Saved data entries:
[Start of Attachment]
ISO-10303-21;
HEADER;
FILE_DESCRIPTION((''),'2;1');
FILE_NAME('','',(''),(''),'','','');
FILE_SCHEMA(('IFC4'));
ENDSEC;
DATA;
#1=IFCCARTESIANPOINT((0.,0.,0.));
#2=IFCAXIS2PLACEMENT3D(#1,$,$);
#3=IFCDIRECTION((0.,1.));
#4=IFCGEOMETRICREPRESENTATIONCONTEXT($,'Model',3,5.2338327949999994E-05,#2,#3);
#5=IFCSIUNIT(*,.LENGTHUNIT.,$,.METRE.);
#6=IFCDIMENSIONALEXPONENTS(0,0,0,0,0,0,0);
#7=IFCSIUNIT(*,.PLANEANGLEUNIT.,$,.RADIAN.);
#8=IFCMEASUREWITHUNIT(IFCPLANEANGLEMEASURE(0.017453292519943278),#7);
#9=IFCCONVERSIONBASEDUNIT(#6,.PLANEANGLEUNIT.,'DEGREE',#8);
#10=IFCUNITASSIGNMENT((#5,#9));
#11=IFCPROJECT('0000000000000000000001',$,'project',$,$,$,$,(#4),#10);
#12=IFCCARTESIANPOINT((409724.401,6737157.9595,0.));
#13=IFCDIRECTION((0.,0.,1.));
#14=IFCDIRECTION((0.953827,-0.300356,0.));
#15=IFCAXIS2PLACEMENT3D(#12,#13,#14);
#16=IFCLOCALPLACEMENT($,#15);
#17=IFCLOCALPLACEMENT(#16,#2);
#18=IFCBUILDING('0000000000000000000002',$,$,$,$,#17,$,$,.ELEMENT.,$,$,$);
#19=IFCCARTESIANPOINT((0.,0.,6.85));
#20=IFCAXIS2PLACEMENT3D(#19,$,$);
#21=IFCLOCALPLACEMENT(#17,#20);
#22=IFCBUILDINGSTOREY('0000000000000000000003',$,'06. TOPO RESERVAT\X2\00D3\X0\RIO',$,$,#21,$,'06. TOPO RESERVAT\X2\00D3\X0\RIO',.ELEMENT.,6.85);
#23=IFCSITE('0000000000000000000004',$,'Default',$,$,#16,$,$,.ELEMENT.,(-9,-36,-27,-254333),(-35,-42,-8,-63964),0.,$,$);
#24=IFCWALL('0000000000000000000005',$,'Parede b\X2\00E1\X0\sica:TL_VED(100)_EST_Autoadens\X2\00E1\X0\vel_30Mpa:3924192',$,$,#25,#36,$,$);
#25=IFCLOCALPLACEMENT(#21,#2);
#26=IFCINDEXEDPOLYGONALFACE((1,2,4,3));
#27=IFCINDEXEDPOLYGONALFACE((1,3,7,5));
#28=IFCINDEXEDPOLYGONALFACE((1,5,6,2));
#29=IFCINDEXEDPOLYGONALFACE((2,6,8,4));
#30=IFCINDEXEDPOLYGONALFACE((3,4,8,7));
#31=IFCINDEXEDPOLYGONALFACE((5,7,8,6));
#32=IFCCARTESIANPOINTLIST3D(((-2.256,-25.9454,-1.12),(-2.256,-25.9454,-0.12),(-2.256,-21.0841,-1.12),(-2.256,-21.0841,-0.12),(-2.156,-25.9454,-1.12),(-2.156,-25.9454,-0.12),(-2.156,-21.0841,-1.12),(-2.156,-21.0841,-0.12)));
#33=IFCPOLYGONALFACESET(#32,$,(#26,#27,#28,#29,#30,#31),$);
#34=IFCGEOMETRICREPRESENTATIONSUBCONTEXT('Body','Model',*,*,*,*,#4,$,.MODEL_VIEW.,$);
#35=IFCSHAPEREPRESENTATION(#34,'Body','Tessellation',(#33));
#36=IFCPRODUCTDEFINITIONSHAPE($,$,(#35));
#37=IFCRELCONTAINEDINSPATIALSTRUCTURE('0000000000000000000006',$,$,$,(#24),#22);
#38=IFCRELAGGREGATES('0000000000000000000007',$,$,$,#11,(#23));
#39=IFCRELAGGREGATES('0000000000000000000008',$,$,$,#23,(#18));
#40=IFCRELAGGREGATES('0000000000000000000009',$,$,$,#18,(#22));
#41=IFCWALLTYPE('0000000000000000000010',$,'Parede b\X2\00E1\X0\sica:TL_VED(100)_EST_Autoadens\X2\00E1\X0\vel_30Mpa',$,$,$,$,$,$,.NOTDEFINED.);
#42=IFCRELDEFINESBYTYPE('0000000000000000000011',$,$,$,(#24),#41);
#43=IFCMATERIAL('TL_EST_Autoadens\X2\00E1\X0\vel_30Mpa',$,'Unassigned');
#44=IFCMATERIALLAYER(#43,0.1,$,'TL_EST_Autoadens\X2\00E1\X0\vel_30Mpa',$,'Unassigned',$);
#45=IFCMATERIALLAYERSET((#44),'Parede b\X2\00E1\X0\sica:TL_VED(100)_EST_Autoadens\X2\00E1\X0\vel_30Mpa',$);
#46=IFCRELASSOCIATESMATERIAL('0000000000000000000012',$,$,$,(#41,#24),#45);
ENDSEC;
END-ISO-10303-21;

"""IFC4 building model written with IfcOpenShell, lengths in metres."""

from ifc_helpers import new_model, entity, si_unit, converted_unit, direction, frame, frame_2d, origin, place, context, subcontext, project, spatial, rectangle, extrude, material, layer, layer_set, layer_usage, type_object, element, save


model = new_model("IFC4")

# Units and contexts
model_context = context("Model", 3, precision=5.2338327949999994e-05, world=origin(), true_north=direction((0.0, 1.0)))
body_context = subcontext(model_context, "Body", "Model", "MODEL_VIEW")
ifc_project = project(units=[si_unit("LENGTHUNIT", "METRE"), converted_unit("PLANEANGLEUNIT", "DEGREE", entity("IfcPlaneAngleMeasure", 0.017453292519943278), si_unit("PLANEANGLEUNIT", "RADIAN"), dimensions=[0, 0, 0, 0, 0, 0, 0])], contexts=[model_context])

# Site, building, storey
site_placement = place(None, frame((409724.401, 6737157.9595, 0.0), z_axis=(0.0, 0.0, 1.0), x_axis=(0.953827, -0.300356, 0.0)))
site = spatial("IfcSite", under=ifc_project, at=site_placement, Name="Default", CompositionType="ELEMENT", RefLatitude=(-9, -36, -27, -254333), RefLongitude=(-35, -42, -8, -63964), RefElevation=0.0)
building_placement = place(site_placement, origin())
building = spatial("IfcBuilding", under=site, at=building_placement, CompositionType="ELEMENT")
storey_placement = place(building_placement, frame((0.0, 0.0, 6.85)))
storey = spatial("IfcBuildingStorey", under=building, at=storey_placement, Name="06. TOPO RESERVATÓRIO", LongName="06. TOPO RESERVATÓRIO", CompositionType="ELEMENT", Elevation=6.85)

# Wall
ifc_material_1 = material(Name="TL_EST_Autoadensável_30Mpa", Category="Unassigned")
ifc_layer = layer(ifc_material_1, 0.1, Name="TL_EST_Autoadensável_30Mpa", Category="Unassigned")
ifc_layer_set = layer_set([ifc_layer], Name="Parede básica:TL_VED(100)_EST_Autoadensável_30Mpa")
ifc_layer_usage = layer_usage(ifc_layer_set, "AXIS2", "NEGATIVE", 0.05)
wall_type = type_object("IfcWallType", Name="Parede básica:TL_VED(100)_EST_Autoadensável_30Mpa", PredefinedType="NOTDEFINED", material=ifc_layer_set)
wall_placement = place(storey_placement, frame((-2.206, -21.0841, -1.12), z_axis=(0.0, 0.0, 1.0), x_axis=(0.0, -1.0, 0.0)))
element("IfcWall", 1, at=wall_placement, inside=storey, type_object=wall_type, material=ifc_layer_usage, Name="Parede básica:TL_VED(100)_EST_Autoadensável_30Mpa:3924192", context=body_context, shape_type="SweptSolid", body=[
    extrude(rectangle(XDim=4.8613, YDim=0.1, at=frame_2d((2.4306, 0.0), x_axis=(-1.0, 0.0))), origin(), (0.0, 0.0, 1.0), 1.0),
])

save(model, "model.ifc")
[End of Attachment]
* **WHAT YOU HAVE TO DO**: Find each line of the data above that holds the word "IFCDIRECTION", then copy it.

* **REPLY**:
#3=IFCDIRECTION((0.,1.));
#13=IFCDIRECTION((0.,0.,1.));
#14=IFCDIRECTION((0.953827,-0.300356,0.));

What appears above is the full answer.